■ REQUIRED WORK ■
Every line below that mentions the word "IFCRELDEFINESBYTYPE" should be copied out.

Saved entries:
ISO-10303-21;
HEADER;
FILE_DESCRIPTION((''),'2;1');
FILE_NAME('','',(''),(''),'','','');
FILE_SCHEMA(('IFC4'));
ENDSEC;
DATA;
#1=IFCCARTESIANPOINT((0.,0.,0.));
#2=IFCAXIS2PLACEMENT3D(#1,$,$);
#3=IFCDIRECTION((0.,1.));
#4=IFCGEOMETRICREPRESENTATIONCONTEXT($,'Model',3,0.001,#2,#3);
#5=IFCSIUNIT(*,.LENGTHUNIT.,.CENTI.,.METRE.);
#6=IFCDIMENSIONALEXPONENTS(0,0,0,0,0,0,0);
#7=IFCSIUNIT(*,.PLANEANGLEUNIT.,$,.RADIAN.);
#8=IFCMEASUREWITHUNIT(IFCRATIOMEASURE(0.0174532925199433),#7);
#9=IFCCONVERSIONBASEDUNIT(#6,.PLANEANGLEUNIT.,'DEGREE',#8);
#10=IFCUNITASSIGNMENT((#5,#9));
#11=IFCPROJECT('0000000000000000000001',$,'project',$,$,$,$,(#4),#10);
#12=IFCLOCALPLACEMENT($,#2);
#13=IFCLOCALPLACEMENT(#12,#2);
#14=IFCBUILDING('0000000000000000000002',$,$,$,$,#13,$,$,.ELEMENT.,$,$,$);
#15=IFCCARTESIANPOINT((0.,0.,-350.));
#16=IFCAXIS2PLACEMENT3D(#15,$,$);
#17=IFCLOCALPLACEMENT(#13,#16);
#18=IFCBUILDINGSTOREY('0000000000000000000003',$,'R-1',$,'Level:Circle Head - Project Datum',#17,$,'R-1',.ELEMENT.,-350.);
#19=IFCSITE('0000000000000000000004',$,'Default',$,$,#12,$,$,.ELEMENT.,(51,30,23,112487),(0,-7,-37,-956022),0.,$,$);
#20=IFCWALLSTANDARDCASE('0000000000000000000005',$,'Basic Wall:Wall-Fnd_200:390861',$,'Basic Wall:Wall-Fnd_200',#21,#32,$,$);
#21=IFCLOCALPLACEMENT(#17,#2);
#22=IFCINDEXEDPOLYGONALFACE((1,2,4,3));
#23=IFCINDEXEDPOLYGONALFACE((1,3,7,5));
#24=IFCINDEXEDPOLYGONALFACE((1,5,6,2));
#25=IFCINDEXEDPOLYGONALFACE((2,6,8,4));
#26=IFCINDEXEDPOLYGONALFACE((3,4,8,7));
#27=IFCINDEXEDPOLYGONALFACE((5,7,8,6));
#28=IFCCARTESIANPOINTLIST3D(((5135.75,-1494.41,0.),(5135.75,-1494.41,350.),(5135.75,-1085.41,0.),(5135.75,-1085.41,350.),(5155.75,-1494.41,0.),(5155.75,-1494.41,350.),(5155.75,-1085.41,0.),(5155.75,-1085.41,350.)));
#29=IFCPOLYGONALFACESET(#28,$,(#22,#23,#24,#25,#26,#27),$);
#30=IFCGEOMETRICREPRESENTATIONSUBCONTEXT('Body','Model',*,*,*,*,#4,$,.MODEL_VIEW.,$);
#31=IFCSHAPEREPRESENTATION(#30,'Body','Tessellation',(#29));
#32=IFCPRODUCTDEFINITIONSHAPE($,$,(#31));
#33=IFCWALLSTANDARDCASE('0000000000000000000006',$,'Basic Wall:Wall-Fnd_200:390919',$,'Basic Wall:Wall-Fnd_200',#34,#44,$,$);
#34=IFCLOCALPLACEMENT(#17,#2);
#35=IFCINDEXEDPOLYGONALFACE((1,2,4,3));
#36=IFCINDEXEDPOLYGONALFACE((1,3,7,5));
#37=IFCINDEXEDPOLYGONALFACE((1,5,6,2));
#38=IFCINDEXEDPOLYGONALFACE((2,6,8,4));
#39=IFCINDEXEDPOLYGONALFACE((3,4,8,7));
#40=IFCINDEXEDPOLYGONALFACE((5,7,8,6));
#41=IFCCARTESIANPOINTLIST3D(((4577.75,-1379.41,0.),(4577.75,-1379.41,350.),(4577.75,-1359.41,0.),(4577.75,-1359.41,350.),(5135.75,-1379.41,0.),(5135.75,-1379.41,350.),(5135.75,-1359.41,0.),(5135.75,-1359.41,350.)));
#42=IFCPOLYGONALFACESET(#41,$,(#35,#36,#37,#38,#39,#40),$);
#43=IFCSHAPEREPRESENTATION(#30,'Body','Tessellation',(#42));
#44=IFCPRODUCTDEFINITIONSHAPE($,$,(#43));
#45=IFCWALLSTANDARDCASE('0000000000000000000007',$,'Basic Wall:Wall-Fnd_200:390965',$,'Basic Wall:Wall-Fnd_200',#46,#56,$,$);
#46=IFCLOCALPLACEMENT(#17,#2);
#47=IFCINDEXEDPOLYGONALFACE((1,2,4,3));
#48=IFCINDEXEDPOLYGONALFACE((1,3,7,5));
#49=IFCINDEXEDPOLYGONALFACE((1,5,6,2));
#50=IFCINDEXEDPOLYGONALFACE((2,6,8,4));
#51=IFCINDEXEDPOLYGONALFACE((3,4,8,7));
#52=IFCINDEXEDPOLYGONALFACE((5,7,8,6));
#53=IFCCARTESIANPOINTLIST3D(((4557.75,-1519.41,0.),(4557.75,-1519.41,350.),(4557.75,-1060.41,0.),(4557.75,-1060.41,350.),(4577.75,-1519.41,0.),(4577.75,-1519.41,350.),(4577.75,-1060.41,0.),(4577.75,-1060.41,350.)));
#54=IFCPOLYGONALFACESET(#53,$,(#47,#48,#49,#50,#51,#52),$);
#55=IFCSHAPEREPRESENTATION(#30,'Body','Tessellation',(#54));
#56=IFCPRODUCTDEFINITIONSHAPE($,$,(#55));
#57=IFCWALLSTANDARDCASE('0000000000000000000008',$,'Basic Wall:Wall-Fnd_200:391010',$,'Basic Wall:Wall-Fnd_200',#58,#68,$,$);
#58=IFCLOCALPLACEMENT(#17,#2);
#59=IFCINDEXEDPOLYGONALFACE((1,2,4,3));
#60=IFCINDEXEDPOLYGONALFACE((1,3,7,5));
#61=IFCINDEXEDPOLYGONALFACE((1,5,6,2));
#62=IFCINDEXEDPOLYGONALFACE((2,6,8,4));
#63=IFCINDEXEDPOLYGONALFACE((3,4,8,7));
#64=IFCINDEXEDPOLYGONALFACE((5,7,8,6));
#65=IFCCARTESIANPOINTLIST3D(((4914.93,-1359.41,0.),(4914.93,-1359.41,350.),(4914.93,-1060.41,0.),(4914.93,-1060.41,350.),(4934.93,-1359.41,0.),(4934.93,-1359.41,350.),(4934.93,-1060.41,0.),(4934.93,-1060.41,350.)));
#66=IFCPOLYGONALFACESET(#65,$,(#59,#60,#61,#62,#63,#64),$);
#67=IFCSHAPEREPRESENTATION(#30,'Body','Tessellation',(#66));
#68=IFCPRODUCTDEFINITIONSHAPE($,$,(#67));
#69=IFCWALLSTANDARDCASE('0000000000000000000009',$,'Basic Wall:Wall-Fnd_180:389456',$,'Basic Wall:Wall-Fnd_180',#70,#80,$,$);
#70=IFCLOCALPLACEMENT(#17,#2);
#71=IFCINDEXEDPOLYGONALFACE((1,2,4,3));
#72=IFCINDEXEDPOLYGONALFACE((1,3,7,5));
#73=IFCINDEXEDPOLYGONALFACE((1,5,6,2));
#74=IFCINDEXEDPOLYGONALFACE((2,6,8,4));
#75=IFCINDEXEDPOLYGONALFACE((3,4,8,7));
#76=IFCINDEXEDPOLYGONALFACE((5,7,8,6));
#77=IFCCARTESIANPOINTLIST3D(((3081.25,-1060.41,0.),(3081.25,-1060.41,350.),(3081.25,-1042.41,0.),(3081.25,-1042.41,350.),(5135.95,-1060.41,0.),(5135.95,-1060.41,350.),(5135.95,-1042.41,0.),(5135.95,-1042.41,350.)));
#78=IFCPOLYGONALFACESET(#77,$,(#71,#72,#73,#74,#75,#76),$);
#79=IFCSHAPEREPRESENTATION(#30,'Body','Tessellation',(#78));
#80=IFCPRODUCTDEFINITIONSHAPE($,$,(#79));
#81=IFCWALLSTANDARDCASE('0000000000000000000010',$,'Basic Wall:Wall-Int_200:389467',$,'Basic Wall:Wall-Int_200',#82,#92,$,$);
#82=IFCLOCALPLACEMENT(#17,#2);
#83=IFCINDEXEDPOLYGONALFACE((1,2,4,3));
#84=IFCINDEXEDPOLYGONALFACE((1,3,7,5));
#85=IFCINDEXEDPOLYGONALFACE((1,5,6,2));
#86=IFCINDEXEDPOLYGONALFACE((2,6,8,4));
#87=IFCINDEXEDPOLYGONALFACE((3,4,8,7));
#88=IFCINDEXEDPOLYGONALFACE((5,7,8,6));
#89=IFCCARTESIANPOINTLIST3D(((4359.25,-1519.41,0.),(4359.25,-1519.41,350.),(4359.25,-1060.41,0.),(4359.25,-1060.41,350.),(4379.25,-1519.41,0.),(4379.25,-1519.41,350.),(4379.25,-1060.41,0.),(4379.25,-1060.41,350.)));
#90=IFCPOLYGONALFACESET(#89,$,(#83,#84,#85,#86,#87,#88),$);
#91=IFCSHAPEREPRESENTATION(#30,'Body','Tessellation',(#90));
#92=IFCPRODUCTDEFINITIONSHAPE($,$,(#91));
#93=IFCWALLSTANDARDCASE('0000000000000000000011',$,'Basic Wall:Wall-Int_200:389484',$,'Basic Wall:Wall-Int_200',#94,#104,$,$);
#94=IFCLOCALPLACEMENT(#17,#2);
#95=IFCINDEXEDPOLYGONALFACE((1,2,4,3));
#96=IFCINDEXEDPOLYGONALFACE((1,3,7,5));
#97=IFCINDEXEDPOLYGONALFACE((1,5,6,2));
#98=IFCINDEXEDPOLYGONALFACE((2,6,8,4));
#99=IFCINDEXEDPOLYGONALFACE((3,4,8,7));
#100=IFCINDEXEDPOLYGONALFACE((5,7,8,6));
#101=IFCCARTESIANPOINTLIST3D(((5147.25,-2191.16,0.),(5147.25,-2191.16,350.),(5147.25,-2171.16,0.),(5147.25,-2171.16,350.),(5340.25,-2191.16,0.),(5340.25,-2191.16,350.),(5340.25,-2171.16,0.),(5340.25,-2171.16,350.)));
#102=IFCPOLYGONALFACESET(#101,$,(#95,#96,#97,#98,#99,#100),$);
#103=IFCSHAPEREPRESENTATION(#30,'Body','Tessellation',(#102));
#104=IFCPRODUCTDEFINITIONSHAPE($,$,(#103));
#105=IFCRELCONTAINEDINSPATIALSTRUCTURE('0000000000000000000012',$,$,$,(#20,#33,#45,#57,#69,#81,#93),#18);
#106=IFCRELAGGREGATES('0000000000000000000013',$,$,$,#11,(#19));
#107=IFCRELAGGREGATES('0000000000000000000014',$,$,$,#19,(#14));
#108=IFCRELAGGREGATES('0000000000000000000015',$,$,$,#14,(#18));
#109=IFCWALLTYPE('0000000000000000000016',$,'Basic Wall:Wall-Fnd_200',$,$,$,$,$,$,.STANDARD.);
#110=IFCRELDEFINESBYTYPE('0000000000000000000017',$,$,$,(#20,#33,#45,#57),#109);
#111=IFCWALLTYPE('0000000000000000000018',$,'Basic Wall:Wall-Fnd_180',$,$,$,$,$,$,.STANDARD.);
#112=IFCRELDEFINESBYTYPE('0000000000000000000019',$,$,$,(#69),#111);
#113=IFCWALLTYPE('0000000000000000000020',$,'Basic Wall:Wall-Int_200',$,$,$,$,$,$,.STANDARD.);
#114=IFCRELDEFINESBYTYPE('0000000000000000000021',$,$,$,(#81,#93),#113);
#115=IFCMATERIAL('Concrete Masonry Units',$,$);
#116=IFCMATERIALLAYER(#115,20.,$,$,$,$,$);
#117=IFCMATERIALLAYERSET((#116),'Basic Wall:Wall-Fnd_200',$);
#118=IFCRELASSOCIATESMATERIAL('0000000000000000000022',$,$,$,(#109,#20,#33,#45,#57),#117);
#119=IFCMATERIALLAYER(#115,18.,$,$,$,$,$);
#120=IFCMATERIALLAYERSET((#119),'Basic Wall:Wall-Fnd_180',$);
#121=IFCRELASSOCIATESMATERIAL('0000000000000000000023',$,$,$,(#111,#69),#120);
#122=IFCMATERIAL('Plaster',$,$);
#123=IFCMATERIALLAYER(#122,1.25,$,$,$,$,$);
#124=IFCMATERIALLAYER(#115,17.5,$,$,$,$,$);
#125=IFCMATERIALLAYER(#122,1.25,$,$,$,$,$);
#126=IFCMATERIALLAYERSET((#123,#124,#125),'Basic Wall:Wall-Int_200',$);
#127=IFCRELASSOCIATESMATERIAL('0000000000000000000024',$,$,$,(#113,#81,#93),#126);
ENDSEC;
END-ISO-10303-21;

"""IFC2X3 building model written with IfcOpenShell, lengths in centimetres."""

from ifc_helpers import new_model, entity, si_unit, converted_unit, direction, frame, frame_2d, origin, place, context, subcontext, project, spatial, rectangle, extrude, material, layer, layer_set, layer_usage, type_object, element, save


model = new_model("IFC2X3")

# Units and contexts
model_context = context("Model", 3, precision=0.001, world=origin(), true_north=direction((0.0, 1.0)))
body_context = subcontext(model_context, "Body", "Model", "MODEL_VIEW")
ifc_project = project(units=[si_unit("LENGTHUNIT", "METRE", prefix="CENTI"), converted_unit("PLANEANGLEUNIT", "DEGREE", entity("IfcRatioMeasure", 0.0174532925199433), si_unit("PLANEANGLEUNIT", "RADIAN"), dimensions=[0, 0, 0, 0, 0, 0, 0])], contexts=[model_context])

# Site, building, storey
site_placement = place(None, origin())
site = spatial("IfcSite", under=ifc_project, at=site_placement, Name="Default", CompositionType="ELEMENT", RefLatitude=(51, 30, 23, 112487), RefLongitude=(0, -7, -37, -956022), RefElevation=0.0)
building_placement = place(site_placement, origin())
building = spatial("IfcBuilding", under=site, at=building_placement, CompositionType="ELEMENT")
storey_placement = place(building_placement, frame((0.0, 0.0, -350.0)))
storey = spatial("IfcBuildingStorey", under=building, at=storey_placement, Name="R-1", ObjectType="Level:Circle Head - Project Datum", LongName="R-1", CompositionType="ELEMENT", Elevation=-350.0)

■ EXERCISE OUTPUT ■
#110=IFCRELDEFINESBYTYPE('0000000000000000000017',$,$,$,(#20,#33,#45,#57),#109);
#112=IFCRELDEFINESBYTYPE('0000000000000000000019',$,$,$,(#69),#111);
#114=IFCRELDEFINESBYTYPE('0000000000000000000021',$,$,$,(#81,#93),#113);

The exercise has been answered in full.